The books Histories, Beliefs, and Values, and its companion volume in the same distinguished series, Solicitations: Poverties, Discourses, and Limits, appear in especially challenging times. For Europe, many informed persons keep saying, is once again in crisis. But exactly what the crisis is few seem able to say. When the exact nature of the “crisis” cannot be stated clearly, the “crisis” is certainly critical. On the one hand, so many geopolitical, economic, political, social, and cultural problems appear to be proliferating endlessly. Yet at the same time so many thoughtful persons continue to narrow their perspectives to almost single issue concerns. Good examples of both overly broad and overly narrow approaches include ongoing discussions at many levels concerning global economic collapse in the wake of the Covid-19 pandemic, accelerating climate change, worsening migration issues, and even increasingly widespread fears of coming tactical if not strategic nuclear warfare. Moreover, working seriously in sustained ways to find reasonable and efficient middle ground approaches between multifarious and monocausal reflections on current European crises often simply falls between the two poles instead of actually bridging them fruitfully.

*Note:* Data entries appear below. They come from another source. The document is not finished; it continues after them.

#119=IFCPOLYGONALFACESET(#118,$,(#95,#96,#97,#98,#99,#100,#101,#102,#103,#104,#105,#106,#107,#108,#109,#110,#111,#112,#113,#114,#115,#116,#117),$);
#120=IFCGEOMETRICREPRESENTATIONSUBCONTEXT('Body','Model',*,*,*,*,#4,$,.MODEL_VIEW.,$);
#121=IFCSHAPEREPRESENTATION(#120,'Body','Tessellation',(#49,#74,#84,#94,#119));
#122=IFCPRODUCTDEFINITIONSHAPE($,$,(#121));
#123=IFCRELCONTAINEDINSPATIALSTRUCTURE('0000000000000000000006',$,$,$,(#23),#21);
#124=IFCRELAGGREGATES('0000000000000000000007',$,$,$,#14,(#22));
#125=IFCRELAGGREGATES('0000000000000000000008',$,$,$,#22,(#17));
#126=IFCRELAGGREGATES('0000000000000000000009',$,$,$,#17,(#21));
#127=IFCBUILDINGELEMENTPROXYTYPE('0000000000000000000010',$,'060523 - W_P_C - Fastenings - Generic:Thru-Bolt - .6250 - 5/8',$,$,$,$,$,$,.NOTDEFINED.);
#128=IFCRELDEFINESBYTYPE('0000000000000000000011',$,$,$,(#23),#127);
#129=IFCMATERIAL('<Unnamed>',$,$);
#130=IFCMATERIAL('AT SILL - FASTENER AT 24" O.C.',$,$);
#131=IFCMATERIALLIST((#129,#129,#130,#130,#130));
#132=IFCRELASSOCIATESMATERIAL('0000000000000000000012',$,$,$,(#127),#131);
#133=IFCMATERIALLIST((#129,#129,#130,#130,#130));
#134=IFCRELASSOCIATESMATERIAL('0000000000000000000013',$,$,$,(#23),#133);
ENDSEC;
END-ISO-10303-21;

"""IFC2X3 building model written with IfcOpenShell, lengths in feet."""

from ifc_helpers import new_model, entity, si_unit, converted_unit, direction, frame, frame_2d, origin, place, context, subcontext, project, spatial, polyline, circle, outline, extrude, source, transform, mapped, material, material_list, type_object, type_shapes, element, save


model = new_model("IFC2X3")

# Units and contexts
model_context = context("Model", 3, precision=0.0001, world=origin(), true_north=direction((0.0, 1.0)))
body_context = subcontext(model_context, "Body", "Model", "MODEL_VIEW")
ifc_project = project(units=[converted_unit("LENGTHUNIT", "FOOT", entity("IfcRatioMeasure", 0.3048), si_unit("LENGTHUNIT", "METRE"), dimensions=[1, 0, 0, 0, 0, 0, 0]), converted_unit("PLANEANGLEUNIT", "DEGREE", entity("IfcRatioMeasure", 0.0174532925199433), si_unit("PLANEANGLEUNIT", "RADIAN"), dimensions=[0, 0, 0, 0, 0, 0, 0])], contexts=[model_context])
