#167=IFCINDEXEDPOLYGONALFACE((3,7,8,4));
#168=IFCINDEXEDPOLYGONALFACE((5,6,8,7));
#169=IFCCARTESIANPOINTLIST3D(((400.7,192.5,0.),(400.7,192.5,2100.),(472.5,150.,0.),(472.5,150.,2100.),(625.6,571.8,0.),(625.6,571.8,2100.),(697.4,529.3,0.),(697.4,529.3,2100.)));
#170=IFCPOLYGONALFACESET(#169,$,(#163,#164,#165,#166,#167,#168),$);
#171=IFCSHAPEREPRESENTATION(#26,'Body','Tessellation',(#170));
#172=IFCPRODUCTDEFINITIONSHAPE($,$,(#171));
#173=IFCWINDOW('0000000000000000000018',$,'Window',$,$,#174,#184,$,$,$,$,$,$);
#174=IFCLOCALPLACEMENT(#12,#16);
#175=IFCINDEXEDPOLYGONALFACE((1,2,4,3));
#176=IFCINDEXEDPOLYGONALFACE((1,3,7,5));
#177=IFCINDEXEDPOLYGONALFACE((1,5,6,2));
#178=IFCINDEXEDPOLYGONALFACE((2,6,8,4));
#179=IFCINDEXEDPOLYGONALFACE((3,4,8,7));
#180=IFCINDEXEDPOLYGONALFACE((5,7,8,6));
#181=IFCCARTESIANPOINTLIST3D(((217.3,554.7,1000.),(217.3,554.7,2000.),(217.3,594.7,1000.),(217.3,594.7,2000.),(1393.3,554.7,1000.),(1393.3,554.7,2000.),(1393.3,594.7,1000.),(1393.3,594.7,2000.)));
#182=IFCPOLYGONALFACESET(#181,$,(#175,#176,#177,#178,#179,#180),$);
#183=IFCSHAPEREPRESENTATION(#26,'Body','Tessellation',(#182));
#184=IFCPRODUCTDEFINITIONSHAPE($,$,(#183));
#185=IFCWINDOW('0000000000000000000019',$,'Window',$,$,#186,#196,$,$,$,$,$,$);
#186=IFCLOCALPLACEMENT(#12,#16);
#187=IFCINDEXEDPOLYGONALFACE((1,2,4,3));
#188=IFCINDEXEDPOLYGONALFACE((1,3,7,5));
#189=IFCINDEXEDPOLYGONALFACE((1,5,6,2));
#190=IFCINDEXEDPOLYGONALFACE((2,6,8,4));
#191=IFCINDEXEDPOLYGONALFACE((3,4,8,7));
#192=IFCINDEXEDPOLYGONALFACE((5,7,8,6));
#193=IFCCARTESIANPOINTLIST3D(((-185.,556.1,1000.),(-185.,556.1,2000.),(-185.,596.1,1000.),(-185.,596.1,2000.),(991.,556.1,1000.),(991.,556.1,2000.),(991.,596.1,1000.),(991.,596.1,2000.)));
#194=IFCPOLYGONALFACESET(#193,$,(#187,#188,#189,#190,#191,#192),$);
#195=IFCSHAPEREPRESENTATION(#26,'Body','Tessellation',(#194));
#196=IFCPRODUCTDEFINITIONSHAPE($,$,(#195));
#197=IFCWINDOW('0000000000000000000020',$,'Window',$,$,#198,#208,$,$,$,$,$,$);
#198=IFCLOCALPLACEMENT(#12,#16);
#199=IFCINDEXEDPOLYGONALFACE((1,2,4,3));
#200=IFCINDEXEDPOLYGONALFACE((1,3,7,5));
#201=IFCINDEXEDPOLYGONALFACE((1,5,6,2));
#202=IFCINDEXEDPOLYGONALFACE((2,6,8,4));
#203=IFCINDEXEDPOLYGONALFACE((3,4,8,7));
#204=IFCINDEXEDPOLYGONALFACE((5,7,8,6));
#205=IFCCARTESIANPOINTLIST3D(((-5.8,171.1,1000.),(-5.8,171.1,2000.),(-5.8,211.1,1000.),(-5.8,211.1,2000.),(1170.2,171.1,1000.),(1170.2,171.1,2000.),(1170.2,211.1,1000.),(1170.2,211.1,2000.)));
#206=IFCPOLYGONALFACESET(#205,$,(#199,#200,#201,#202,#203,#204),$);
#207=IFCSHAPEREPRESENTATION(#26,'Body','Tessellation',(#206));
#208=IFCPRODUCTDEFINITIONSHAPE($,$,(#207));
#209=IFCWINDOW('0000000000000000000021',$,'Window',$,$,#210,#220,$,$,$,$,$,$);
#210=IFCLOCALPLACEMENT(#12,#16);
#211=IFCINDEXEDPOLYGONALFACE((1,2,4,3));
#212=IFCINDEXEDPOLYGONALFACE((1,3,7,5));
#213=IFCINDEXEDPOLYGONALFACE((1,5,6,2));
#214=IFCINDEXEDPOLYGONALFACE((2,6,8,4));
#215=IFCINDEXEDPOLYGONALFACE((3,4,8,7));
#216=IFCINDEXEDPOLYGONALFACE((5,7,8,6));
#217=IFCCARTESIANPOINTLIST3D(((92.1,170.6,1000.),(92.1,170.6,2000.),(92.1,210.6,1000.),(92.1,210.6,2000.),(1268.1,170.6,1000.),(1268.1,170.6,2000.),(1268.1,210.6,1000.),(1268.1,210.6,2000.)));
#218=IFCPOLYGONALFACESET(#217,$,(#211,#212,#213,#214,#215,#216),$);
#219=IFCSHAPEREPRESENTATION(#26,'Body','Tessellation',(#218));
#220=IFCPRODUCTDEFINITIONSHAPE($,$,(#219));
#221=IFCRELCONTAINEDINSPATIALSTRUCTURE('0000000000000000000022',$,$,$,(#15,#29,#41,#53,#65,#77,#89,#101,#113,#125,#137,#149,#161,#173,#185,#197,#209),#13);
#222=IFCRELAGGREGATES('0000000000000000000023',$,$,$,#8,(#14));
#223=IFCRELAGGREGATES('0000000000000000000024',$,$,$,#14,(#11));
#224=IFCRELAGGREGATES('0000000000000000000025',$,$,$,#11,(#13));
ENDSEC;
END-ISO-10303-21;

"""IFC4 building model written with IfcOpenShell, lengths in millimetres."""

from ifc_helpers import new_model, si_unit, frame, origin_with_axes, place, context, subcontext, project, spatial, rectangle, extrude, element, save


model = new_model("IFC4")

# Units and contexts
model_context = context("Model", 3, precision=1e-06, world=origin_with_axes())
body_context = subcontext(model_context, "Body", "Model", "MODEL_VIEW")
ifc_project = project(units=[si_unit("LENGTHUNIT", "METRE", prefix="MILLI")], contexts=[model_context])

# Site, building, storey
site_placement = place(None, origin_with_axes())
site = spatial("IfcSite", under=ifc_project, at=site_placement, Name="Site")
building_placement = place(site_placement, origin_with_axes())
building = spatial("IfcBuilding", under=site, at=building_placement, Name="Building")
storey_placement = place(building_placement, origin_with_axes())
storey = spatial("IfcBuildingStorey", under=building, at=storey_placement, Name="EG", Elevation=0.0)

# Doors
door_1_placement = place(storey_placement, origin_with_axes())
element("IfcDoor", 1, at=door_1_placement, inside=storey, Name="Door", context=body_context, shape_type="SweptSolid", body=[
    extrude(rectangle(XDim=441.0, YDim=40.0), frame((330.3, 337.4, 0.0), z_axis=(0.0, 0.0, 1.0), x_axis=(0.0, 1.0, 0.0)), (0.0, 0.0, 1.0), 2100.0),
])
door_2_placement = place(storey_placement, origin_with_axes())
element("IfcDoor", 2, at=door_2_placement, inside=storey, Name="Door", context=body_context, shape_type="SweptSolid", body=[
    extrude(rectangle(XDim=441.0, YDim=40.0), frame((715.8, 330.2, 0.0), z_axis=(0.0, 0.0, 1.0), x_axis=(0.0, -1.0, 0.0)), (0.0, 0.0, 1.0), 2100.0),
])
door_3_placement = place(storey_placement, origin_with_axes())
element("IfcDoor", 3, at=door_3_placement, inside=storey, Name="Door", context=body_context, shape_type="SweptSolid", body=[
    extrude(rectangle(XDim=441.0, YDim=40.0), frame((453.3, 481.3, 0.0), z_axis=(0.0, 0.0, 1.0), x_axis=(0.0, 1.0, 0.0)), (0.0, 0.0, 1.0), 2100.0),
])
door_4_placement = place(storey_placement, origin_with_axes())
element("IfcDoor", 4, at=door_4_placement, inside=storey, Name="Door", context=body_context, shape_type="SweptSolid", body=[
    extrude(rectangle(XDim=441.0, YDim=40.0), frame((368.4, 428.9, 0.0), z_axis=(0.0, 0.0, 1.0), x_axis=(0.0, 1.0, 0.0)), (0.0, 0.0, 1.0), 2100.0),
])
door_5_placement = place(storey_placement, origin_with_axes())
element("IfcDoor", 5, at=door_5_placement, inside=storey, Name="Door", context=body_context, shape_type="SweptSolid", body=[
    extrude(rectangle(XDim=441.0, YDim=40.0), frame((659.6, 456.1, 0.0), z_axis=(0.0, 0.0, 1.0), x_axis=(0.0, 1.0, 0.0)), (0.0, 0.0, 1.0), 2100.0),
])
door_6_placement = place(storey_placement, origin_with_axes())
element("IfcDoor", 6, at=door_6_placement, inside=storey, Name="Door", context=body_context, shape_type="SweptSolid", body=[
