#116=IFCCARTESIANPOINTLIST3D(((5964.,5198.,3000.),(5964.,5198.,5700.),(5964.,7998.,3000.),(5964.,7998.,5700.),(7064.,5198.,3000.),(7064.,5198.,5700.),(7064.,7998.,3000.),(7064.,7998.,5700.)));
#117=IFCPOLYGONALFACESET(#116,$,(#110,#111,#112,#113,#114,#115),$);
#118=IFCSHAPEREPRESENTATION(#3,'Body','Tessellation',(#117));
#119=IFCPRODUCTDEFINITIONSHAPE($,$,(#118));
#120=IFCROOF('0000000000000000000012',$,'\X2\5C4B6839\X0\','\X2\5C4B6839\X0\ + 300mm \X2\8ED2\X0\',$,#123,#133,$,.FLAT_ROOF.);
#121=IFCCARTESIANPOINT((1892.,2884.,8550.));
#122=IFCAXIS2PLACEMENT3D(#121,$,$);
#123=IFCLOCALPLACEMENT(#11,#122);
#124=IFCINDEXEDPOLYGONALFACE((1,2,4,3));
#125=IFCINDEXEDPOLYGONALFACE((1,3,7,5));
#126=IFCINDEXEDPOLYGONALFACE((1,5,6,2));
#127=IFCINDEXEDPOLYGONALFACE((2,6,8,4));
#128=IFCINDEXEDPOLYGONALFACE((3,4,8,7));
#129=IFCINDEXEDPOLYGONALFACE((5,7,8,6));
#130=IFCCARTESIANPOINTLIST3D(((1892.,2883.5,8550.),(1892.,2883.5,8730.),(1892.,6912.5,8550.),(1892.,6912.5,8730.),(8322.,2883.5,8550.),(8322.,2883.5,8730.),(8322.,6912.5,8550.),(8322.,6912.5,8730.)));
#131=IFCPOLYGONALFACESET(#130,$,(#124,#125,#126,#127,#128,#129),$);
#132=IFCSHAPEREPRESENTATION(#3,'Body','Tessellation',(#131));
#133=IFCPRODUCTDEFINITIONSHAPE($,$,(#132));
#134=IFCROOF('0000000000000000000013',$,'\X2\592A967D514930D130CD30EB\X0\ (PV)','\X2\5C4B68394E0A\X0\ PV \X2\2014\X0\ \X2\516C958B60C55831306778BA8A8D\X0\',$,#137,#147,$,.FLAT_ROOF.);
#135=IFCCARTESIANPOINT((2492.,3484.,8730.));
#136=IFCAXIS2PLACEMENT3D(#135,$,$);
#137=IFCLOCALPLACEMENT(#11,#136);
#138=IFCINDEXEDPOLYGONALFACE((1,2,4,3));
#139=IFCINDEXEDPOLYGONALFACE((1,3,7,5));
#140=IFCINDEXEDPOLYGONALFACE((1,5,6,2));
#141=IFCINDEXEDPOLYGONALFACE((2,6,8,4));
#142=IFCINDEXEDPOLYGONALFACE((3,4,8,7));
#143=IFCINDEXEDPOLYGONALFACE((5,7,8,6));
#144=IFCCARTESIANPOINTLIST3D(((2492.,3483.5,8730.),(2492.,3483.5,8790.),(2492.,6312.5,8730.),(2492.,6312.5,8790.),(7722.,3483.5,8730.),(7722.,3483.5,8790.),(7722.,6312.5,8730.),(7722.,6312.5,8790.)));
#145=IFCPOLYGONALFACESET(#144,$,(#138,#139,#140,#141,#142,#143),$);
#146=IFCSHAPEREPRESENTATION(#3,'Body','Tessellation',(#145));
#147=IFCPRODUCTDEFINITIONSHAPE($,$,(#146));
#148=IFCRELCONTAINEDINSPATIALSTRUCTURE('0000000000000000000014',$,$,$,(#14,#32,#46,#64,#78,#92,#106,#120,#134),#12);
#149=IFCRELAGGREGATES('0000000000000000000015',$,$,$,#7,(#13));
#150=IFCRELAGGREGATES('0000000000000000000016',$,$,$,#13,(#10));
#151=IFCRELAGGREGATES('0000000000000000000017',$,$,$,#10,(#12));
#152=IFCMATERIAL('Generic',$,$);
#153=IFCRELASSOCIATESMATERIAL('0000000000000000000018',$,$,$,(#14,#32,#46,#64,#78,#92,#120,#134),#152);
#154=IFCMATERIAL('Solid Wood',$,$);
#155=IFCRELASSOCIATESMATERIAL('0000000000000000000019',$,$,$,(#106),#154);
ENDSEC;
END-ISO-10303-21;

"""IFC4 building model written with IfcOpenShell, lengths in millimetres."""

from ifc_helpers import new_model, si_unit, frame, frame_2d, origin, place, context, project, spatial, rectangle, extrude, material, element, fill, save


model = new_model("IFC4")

The main effort here is certainly not a matter of bridging. Rather the attempt is
to inquire more particularly into some of the major philosophical and cultural grounds underlying so much general and specialized talk today of Europe’s new crises. Accordingly,
several basic headings stand out. Just three are selected here – alternative early modern histories of European postmodern cultures today, contrasting readings of just how knowledge
and belief are to be understood fundamentally, and rationally competitive visions of basic human values.